Studna :: Study of Nucleic Acids regions
 
Bioplexity / Martin Saturka
(Studna version: 2.0)
 
 
 
Introduction

The analysis tool is made for search of sequence patterns. Tailored tool scripts make the tasks easy for genome parts that are upstream to genes. Such chromosome regions are of great interest since they contain expression regulatory sequences, such as promoters. Specific proteins bind to them and regulate gene expression.

DNA forms double helix with approximately 10 nucleotides per one turn of the helix. Thus, DNA binding proteins can 'see' both continual, usually 6 to 8 base pairs, oligonucleotide sequences, and short separated sequences with distances reflecting the turns of DNA double helix topology.

Strands of the DNA double helix are in antiparallel orientation, with genes positioned 'randomly' according to both directions. Thus, regions upstream to genes are located either before or after gene locations, respectively, when we go along chromosomes. In fact, some regulatory sequences are located in other places as well, still the most important ones can be usually found upstream (and near downstream that is covered by Studna tools as well) to genes.

 
Description

The core of the tool consists of six perl scripts. First, they produce upstream sequences out of available data banks. Second, they make selection of and analysis on requested genes. Third, they help to grasp analysis results. The scripts are:

  • studna-red
  • studna-green
  • studna-yellow
  • studna-blue
  • studna-view
     - result visualization

Red script is for reduction of genes data (gene2refseq.gz, gene_info.gz, available at the NCBI site, see download section below) of selected species into a suitable source, i.e. SQLite database, of gene information of a selected species.

Green script is for growing up of chromosomal files with upstream sequences. It reads sequences of assembled chromosomes (look at download section) and fills the database file with one sequence pair for each gene, longer upstream (-m ... -1) and shorter downstream (1 ... n) sequences. (Remember, there is no 0 indexed position.)

Yellow script is for yield of specific parts of specific upstream sequences. The yellow script produce 'Fasta' formated files, one for each gene group, according to descriptive configuration files. It takes the sequences from files generated by green script with a help of output of red script.

Blue script is for taking blueprint of provided sequence groups. The blue script is the heart of Studna tool. It counts separated tuple pairs occuring in the provided sequences. It is an important pattern motif with respect to DNA binding proteins and hence to gene expression regulation, see introduction section above. The sequences are taken in groups: each file is for one group. The counting comprises possible mismatches of sequence motifs.

Mismatch:  Each occurence of a tuple pair is counted not only in its own counter, but in counters of similar tuple pairs as well. Similar tuple pairs are those with maximally one mismatch in each tuple. Thus, there are three counters for each tuple pairs: one for no mismatch occurences, one for occurences with maximally one mistake, and one with maximally two mistakes (one in each tuple).

View script is for result visualization. Results of blue script is are tables with columns for values of zero, one, and two maximal mismatches, and with rows for tuple pairs. The amount of rows is 4 power sum of tuple lengths. Currently, 4+4 and 3+3 tuple pairs are supported. The results are stored in a simple formatted tables, so that it can be easily read in e.g. R statistics system. Estimations of count probabilities are provided as well. The View script can support result understanding and next explorations.

The tool contains exemplary running of the scripts. They are named 'studna-color.sh' for respective colors. Explanations of particular options are given in the run files.

The main task for many research deals in bioinformatics is work on human data. Thus, this tool was tested primarily on freely available human sequence data, hence it is our main data source. It was tested on data / chromosomes of several other species as well. Do not hesitate to contact us if you encounter any new requirements for processing upstream sequences by this tool.

 
Download

The complete tool, i.e. scripts, documentation, and exemplary usage runs, can be downloaded from www.bioplexity.org site. Have a look at the analysis section of the Bioplexity web site.

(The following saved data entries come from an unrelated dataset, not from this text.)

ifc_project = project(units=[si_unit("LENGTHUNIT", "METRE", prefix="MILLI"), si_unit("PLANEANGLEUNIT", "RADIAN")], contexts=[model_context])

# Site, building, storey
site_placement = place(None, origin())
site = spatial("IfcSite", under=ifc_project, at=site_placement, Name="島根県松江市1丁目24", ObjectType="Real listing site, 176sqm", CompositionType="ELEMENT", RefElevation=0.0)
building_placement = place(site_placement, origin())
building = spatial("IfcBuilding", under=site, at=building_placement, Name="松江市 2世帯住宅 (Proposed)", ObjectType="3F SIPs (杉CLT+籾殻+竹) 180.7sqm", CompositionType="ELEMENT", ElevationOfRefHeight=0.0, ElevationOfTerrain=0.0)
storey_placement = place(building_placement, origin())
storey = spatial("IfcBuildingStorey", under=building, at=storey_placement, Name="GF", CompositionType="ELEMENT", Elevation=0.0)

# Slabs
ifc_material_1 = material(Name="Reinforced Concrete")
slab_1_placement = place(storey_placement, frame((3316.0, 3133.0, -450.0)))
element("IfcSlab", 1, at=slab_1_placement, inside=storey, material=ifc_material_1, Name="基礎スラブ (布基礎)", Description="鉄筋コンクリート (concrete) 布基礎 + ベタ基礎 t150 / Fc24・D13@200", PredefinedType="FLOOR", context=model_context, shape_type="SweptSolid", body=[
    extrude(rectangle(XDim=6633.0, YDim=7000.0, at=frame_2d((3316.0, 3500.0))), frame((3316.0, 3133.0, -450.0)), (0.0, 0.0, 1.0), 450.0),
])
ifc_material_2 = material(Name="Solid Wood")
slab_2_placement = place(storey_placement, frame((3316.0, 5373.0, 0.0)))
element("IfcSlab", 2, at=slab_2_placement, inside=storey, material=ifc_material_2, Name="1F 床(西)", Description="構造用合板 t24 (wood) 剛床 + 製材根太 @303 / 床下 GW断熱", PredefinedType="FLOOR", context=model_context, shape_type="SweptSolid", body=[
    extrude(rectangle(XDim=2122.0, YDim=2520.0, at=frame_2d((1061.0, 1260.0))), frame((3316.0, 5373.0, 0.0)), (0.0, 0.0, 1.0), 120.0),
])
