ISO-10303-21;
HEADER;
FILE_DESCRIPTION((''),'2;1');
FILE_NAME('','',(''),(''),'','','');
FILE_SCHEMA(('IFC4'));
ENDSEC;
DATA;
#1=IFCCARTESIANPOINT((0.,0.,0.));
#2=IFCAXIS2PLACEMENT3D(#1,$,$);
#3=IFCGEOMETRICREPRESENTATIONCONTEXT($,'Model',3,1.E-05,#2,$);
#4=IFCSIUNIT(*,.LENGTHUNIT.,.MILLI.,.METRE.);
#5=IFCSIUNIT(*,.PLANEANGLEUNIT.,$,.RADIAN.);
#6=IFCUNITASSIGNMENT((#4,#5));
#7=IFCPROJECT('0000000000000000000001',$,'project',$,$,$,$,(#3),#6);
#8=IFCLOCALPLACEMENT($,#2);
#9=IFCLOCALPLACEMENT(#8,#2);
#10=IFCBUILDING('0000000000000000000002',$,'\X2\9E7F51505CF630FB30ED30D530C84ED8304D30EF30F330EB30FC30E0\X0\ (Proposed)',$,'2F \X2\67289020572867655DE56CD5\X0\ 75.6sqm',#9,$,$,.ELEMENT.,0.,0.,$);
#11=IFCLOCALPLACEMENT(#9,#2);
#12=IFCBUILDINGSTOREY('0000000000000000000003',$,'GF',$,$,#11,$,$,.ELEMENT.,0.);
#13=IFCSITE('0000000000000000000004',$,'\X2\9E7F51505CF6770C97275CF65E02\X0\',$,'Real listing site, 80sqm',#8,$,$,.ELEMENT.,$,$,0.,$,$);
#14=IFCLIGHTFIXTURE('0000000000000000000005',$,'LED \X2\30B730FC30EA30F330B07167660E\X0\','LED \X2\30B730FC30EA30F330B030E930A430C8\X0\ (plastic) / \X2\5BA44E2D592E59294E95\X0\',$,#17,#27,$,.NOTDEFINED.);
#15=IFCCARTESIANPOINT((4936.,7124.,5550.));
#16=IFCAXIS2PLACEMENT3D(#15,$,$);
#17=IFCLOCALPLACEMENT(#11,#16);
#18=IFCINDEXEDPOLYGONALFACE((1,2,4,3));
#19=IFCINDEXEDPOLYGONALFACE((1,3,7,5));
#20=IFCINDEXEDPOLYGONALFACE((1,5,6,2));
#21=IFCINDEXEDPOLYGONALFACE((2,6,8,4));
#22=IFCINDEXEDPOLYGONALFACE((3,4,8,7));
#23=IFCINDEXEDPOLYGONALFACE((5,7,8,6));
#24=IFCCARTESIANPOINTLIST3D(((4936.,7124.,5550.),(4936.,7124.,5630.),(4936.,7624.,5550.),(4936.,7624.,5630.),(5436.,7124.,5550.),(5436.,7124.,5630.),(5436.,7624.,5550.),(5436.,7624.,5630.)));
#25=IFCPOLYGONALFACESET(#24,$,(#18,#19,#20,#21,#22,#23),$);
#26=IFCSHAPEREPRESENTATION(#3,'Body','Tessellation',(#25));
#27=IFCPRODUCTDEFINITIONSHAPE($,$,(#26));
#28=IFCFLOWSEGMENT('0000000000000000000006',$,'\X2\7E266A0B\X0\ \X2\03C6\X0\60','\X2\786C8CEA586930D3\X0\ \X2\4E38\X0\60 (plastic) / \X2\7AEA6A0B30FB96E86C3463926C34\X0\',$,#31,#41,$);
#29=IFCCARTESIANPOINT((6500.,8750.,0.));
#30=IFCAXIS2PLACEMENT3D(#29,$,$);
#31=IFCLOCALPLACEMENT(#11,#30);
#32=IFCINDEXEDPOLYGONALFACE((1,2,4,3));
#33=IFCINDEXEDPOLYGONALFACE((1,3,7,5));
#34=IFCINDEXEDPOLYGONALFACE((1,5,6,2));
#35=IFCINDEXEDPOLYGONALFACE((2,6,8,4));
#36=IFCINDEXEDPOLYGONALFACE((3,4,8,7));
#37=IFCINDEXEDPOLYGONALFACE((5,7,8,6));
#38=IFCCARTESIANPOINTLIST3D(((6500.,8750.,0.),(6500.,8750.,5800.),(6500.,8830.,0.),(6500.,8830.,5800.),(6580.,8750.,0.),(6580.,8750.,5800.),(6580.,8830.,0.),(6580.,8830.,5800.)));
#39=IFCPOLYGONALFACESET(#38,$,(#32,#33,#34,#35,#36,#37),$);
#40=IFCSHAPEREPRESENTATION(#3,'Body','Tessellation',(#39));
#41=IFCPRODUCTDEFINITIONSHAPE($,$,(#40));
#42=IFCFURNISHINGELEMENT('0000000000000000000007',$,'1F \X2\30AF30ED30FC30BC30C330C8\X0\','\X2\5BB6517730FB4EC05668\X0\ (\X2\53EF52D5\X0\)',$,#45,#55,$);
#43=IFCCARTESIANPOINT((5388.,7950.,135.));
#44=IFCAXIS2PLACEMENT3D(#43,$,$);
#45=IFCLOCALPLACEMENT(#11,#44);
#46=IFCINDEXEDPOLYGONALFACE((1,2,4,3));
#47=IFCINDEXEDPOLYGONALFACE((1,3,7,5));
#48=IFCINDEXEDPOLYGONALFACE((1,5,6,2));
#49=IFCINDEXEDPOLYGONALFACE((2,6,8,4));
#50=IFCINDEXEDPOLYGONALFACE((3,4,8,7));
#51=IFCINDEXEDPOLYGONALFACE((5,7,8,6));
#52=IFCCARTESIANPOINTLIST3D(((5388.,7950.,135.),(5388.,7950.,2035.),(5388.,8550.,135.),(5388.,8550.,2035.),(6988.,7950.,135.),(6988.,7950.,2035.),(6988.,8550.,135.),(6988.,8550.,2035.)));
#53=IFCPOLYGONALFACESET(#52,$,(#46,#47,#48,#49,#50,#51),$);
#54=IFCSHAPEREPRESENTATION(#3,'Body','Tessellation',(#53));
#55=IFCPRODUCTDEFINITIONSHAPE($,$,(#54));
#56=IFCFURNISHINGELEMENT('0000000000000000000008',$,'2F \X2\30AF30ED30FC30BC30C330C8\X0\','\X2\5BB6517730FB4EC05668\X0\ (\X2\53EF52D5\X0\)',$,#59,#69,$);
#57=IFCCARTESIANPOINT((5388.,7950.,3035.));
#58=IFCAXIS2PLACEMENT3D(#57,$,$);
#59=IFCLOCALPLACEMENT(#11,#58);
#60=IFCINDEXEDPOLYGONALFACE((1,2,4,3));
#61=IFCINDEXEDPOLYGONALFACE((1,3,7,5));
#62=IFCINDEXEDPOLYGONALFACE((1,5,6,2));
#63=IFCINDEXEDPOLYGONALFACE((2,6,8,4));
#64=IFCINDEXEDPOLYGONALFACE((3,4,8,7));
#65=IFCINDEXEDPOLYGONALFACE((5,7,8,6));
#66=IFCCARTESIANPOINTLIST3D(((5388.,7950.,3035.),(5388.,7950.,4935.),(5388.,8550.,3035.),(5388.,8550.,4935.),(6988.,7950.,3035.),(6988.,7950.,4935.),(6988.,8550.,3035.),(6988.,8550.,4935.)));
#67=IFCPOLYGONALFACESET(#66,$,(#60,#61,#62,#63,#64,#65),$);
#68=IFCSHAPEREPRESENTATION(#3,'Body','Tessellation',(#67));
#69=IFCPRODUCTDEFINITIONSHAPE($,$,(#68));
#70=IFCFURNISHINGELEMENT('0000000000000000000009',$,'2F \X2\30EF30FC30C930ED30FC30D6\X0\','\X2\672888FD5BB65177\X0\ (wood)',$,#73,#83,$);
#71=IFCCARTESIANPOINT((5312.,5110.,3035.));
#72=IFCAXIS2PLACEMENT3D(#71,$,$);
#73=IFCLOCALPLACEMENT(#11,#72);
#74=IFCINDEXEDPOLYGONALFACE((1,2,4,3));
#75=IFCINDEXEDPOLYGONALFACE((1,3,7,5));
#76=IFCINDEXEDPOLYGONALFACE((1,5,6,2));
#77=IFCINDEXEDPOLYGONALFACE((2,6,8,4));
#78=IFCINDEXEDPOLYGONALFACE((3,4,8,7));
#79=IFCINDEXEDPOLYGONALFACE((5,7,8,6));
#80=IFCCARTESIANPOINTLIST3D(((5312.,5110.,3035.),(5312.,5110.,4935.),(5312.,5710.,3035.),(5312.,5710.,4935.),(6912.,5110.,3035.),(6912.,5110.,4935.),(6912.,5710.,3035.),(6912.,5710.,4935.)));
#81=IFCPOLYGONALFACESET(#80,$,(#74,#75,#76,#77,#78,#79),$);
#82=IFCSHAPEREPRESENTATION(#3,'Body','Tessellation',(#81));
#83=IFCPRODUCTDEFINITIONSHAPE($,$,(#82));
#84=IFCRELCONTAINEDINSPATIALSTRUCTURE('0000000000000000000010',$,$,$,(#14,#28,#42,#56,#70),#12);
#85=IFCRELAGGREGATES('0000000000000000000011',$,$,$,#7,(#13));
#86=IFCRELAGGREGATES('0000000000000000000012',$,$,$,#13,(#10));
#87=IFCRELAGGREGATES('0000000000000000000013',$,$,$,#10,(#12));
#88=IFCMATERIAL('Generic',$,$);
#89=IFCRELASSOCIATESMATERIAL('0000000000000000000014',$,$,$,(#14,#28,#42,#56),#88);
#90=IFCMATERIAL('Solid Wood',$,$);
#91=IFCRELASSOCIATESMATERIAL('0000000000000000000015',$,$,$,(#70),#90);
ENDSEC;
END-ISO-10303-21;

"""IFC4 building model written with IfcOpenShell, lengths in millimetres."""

from ifc_helpers import new_model, si_unit, frame, frame_2d, origin, place, context, project, spatial, rectangle, extrude, material, element, save


model = new_model("IFC4")

# Units and contexts
model_context = context("Model", 3, precision=1e-05, world=origin())
ifc_project = project(units=[si_unit("LENGTHUNIT", "METRE", prefix="MILLI"), si_unit("PLANEANGLEUNIT", "RADIAN")], contexts=[model_context])

# Site, building, storey
site_placement = place(None, origin())
site = spatial("IfcSite", under=ifc_project, at=site_placement, Name="鹿児島県霧島市", ObjectType="Real listing site, 80sqm", CompositionType="ELEMENT", RefElevation=0.0)
building_placement = place(site_placement, origin())
building = spatial("IfcBuilding", under=site, at=building_placement, Name="鹿児島・ロフト付きワンルーム (Proposed)", ObjectType="2F 木造在来工法 75.6sqm", CompositionType="ELEMENT", ElevationOfRefHeight=0.0, ElevationOfTerrain=0.0)
storey_placement = place(building_placement, origin())
storey = spatial("IfcBuildingStorey", under=building, at=storey_placement, Name="GF", CompositionType="ELEMENT", Elevation=0.0)

# Shared definitions
ifc_material_1 = material(Name="Solid Wood")

# Shared definitions
ifc_material_2 = material(Name="Generic")

# Light fixture
light_fixture_1_placement = place(storey_placement, frame((4936.0, 7124.0, 5550.0)))
element("IfcLightFixture", 1, at=light_fixture_1_placement, inside=storey, material=ifc_material_2, Name="LED シーリング照明", Description="LED シーリングライト (plastic) / 室中央天井", PredefinedType="NOTDEFINED", context=model_context, shape_type="SweptSolid", body=[
    extrude(rectangle(XDim=500.0, YDim=500.0, at=frame_2d((250.0, 250.0))), frame((4936.0, 7124.0, 5550.0)), (0.0, 0.0, 1.0), 80.0),
])

# Flow segment
flow_segment_placement = place(storey_placement, frame((6500.0, 8750.0, 0.0)))
element("IfcFlowSegment", 2, at=flow_segment_placement, inside=storey, material=ifc_material_2, Name="縦樋 φ60", Description="硬質塩ビ 丸60 (plastic) / 竪樋・雨水排水", context=model_context, shape_type="SweptSolid", body=[
    extrude(rectangle(XDim=80.0, YDim=80.0, at=frame_2d((40.0, 40.0))), frame((6500.0, 8750.0, 0.0)), (0.0, 0.0, 1.0), 5800.0),
])

# Furnishing elements
furnishing_1_placement = place(storey_placement, frame((5388.0, 7950.0, 135.0)))
element("IfcFurnishingElement", 3, at=furnishing_1_placement, inside=storey, material=ifc_material_2, Name="1F クローゼット", Description="家具・什器 (可動)", context=model_context, shape_type="SweptSolid", body=[
    extrude(rectangle(XDim=1600.0, YDim=600.0, at=frame_2d((800.0, 300.0))), frame((5388.0, 7950.0, 135.0)), (0.0, 0.0, 1.0), 1900.0),
])
furnishing_2_placement = place(storey_placement, frame((5388.0, 7950.0, 3035.0)))
element("IfcFurnishingElement", 4, at=furnishing_2_placement, inside=storey, material=ifc_material_2, Name="2F クローゼット", Description="家具・什器 (可動)", context=model_context, shape_type="SweptSolid", body=[
    extrude(rectangle(XDim=1600.0, YDim=600.0, at=frame_2d((800.0, 300.0))), frame((5388.0, 7950.0, 3035.0)), (0.0, 0.0, 1.0), 1900.0),
])
furnishing_3_placement = place(storey_placement, frame((5312.0, 5110.0, 3035.0)))
element("IfcFurnishingElement", 5, at=furnishing_3_placement, inside=storey, material=ifc_material_1, Name="2F ワードローブ", Description="木製家具 (wood)", context=model_context, shape_type="SweptSolid", body=[
    extrude(rectangle(XDim=1600.0, YDim=600.0, at=frame_2d((800.0, 300.0))), frame((5312.0, 5110.0, 3035.0)), (0.0, 0.0, 1.0), 1900.0),
])

save(model, "model.ifc")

Sequenced chromosomes and gene location data can be downloaded from NCBI site, there are some mirrors as well. H. sapiens chromosome sequences are stored at /genomes/H_sapiens directory. Gene data are stored at /gene/DATA directory.

 
Support

Professional support for this software is available online. More information can be found at Bioplexity support pages. Research questions can be targeted directly to Martin Saturka, you can send emails to kvutza(at)gmail.com personal address.

 
License

Author of the Studna tool is Martin Saturka. The code is distributed under the MIT/X license. In short, it means it is freely available. You can both use and distribute this software. The tool is provided as is, without any warranties, and with the best hope it is a useful utility.